Esse, inclusive, é o tratamento dispensado pelo próprio INSS, que, na Instrução Normativa
INSS/DC nº 118, de 14.04.2005, considera como segurado, na categoria de empregado, o
trabalhador volante.
Por outro lado, para a obtenção de benefícios previdenciários, se faz necessária a comprovação
da atividade no campo e, consequentemente, o vínculo de segurado.
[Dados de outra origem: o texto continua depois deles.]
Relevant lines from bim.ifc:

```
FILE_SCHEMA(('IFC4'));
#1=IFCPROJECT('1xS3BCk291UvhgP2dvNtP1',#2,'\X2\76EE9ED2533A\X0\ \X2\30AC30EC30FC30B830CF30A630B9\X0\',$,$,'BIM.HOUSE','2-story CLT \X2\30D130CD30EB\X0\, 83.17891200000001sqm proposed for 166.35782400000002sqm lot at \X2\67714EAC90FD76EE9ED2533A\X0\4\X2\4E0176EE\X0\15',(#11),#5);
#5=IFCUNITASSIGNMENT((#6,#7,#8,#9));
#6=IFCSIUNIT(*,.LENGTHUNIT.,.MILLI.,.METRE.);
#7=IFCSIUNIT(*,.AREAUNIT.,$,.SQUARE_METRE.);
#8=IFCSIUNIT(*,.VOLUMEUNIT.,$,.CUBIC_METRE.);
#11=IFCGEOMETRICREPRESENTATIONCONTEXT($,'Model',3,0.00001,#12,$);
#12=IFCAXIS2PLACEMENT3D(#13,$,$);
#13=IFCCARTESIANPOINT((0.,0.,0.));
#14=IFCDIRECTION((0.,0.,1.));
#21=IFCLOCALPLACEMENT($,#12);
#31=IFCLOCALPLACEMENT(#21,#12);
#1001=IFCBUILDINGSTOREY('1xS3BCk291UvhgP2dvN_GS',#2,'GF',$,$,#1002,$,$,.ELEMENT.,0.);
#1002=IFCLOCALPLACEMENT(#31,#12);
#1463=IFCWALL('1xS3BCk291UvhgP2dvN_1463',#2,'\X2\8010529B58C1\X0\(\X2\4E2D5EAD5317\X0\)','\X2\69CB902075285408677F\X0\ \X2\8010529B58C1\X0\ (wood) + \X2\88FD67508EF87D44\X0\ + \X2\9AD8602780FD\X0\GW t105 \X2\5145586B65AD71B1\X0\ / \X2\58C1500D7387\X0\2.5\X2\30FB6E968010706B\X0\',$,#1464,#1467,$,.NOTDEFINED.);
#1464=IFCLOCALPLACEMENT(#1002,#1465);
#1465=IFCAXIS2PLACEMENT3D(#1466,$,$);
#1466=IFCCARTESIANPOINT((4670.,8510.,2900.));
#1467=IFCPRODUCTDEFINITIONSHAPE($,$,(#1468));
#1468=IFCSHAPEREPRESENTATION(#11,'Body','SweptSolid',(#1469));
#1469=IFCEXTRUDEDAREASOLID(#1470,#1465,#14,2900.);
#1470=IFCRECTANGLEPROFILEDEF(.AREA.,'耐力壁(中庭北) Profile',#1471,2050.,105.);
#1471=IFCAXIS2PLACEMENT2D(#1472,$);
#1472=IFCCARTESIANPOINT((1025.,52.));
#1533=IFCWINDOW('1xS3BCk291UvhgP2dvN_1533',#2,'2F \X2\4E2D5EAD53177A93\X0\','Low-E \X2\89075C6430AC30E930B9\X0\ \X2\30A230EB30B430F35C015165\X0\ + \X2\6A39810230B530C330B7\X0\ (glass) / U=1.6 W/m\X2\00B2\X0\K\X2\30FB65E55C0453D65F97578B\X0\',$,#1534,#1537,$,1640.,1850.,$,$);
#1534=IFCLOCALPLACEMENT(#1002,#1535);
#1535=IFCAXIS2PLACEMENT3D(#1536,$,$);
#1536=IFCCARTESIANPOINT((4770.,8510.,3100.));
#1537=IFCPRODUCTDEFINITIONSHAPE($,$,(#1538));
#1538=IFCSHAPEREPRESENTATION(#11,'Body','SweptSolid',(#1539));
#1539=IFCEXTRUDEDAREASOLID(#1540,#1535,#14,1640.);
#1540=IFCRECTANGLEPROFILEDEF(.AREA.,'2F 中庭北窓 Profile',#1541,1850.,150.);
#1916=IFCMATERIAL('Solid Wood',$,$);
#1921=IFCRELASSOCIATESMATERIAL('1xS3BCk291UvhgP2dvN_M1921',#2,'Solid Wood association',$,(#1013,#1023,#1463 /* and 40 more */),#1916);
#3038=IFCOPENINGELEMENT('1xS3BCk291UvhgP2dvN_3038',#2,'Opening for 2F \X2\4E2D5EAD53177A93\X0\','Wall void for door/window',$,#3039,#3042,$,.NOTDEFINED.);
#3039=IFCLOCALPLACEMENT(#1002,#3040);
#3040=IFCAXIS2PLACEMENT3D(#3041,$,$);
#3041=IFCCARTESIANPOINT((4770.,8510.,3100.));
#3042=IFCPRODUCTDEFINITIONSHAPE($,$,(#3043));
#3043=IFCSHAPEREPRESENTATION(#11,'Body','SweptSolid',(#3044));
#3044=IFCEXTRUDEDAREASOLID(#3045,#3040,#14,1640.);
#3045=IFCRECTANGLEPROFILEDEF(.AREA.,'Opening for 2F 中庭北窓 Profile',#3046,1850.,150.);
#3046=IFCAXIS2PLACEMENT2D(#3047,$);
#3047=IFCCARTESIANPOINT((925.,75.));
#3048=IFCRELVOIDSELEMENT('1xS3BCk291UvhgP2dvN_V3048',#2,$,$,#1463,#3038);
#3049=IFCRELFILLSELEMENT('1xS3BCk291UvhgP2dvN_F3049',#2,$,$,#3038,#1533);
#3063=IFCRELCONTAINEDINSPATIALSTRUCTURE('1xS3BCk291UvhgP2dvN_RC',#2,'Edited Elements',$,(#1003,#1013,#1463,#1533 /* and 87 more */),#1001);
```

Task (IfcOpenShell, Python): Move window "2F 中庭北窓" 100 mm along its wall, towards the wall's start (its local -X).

```python
import ifcopenshell
import ifcopenshell.api.geometry
import ifcopenshell.util.placement

model = ifcopenshell.open("bim.ifc")

window = model.by_guid("1xS3BCk291UvhgP2dvN_1533")
opening = window.FillsVoids[0].RelatingOpeningElement
wall = opening.VoidsElements[0].RelatingBuildingElement

wall_matrix = ifcopenshell.util.placement.get_local_placement(wall.ObjectPlacement)
shift = wall_matrix[:3, 0] * -100.0
before = ifcopenshell.util.placement.get_local_placement(window.ObjectPlacement)[:3, 3].copy()

# The window is not placed relative to its opening, so move both.
for product in (opening, window):
    matrix = ifcopenshell.util.placement.get_local_placement(product.ObjectPlacement)
    matrix[:3, 3] += shift
    ifcopenshell.api.geometry.edit_object_placement(model, product=product, matrix=matrix, is_si=False)

after = ifcopenshell.util.placement.get_local_placement(window.ObjectPlacement)[:3, 3]
print("window moved by", (after - before).round(3) + 0.0)

model.write("bim_edited.ifc")
```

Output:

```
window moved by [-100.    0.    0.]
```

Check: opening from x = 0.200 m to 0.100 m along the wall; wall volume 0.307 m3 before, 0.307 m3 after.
Em tal sentido, a interpretação do § 3.º do art. 55, c/c o art. 106, ambos da Lei n.º 8.213/91,
admite a comprovação de tempo de serviço em atividade rural, desde que baseada em início de
prova documental, sendo vedada a prova exclusivamente testemunhal.
Não se exige do trabalhador rural o cumprimento de carência (art. 26, inciso III), como o dever
de verter contribuição por determinado número de meses.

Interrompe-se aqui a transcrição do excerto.